▶ **What you have to do**: Select all lines in the records that include "NOTDEFINED".

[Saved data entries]
Segment Open

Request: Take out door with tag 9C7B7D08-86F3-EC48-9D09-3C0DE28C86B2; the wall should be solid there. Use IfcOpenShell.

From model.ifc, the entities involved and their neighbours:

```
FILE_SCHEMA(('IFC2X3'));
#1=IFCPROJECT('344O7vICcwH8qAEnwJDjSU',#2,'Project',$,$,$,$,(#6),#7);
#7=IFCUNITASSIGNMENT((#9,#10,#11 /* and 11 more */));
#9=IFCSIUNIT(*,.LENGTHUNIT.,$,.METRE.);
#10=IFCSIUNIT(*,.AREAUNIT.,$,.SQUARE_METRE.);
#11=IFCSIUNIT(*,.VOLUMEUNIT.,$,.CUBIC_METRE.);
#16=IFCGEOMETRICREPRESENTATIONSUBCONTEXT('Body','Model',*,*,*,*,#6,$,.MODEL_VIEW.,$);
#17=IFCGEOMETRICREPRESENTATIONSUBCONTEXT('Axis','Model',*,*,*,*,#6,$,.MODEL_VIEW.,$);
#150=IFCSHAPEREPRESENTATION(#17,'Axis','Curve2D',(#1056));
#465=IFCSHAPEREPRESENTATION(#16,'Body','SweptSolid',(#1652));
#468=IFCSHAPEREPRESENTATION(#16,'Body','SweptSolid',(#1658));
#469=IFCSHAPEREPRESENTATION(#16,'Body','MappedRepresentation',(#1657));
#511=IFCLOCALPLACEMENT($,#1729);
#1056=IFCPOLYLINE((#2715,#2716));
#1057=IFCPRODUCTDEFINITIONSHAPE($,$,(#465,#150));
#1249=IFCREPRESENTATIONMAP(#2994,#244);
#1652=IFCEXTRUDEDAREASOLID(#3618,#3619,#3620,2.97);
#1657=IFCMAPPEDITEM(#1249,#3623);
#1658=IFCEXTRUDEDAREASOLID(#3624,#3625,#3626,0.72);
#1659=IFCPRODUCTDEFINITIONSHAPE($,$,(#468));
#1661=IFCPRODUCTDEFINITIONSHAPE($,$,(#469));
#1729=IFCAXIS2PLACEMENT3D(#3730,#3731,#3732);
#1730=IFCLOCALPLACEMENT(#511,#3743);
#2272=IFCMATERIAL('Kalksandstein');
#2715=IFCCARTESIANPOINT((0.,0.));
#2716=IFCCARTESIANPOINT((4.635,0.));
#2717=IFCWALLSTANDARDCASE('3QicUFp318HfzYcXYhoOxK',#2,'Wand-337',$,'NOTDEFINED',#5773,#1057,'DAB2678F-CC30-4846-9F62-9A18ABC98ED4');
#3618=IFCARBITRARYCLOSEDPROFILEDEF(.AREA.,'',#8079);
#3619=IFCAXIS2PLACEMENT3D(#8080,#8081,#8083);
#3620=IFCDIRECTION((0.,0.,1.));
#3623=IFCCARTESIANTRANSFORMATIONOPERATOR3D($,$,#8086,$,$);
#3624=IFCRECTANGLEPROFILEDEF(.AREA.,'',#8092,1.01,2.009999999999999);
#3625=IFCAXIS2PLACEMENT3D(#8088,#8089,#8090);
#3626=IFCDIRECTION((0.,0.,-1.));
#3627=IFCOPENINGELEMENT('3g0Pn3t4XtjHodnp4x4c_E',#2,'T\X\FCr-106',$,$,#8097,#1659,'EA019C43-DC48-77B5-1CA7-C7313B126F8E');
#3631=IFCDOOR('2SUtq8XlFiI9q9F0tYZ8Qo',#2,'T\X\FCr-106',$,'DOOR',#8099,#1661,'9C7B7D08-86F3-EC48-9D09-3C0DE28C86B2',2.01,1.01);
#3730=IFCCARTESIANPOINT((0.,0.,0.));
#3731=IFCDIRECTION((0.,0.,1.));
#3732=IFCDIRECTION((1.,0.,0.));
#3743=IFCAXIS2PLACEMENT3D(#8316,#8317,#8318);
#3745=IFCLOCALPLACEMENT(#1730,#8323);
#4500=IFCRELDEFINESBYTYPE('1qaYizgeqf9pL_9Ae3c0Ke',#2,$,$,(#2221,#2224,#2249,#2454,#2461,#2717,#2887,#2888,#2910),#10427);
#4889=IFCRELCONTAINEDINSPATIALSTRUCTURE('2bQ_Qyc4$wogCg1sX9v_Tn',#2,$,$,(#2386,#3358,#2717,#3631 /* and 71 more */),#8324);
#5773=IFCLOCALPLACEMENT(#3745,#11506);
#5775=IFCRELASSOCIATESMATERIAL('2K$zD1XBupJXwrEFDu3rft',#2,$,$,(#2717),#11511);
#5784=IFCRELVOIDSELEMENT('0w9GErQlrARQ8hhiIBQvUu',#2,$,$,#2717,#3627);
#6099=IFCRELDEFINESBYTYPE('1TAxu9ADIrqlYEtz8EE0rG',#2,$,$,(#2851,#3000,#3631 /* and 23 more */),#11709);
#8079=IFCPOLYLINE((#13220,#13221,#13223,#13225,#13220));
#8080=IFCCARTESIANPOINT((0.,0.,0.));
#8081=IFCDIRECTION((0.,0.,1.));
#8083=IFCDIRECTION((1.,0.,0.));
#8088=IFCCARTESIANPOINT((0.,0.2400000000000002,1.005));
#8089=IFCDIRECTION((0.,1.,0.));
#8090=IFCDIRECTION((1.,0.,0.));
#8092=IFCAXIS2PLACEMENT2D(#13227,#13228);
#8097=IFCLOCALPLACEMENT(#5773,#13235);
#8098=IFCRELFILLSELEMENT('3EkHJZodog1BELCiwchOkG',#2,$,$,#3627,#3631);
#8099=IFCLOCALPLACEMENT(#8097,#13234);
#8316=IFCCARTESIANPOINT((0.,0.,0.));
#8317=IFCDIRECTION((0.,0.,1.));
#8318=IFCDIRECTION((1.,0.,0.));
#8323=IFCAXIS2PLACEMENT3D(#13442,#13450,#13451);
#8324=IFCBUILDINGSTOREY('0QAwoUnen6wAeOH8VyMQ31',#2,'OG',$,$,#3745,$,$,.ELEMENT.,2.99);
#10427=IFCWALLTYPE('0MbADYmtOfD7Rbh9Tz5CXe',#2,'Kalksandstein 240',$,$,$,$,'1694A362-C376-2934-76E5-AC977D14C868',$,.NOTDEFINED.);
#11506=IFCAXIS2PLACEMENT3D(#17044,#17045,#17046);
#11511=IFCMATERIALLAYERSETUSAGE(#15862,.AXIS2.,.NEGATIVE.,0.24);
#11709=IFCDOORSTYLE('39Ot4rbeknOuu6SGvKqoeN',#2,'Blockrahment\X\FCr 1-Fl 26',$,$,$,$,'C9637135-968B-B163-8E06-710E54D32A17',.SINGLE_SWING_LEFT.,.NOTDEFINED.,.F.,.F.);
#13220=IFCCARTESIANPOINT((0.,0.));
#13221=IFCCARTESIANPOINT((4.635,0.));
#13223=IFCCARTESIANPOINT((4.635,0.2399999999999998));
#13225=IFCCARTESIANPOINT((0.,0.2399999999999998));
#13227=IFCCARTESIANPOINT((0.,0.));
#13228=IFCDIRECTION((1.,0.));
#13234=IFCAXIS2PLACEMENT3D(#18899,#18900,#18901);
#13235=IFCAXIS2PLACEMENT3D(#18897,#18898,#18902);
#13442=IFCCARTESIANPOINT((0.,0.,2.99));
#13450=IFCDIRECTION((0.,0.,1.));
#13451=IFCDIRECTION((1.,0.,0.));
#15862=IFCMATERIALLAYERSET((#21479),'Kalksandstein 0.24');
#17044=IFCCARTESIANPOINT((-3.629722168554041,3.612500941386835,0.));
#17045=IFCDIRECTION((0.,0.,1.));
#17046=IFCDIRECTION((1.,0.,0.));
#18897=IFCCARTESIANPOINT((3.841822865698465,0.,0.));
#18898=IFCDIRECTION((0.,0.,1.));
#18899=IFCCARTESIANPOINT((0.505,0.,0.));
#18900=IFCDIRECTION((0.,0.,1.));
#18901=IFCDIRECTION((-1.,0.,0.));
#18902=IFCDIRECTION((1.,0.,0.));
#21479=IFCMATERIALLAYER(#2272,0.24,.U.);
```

```python
import ifcopenshell
import ifcopenshell.api.feature
import ifcopenshell.api.root
import ifcopenshell.geom
import ifcopenshell.util.shape

model = ifcopenshell.open("model.ifc")
settings = ifcopenshell.geom.settings()


def volume(element):
    """Net volume in cubic metres, openings subtracted."""
    shape = ifcopenshell.geom.create_shape(settings, element)
    return ifcopenshell.util.shape.get_volume(shape.geometry)


door = model.by_guid("2SUtq8XlFiI9q9F0tYZ8Qo")
opening = door.FillsVoids[0].RelatingOpeningElement
wall = opening.VoidsElements[0].RelatingBuildingElement
before = volume(wall)

ifcopenshell.api.root.remove_product(model, product=door)
ifcopenshell.api.feature.remove_feature(model, feature=opening)

after = volume(wall)

print(f"wall volume {before:.3f} -> {after:.3f} m3")

model.write("model_edited.ifc")
```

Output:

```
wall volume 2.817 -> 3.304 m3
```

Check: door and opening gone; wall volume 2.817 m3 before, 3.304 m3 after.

Segment Closed

▶ **Worked solution**:
#2717=IFCWALLSTANDARDCASE('3QicUFp318HfzYcXYhoOxK',#2,'Wand-337',$,'NOTDEFINED',#5773,#1057,'DAB2678F-CC30-4846-9F62-9A18ABC98ED4');
#10427=IFCWALLTYPE('0MbADYmtOfD7Rbh9Tz5CXe',#2,'Kalksandstein 240',$,$,$,$,'1694A362-C376-2934-76E5-AC977D14C868',$,.NOTDEFINED.);
#11709=IFCDOORSTYLE('39Ot4rbeknOuu6SGvKqoeN',#2,'Blockrahment\X\FCr 1-Fl 26',$,$,$,$,'C9637135-968B-B163-8E06-710E54D32A17',.SINGLE_SWING_LEFT.,.NOTDEFINED.,.F.,.F.);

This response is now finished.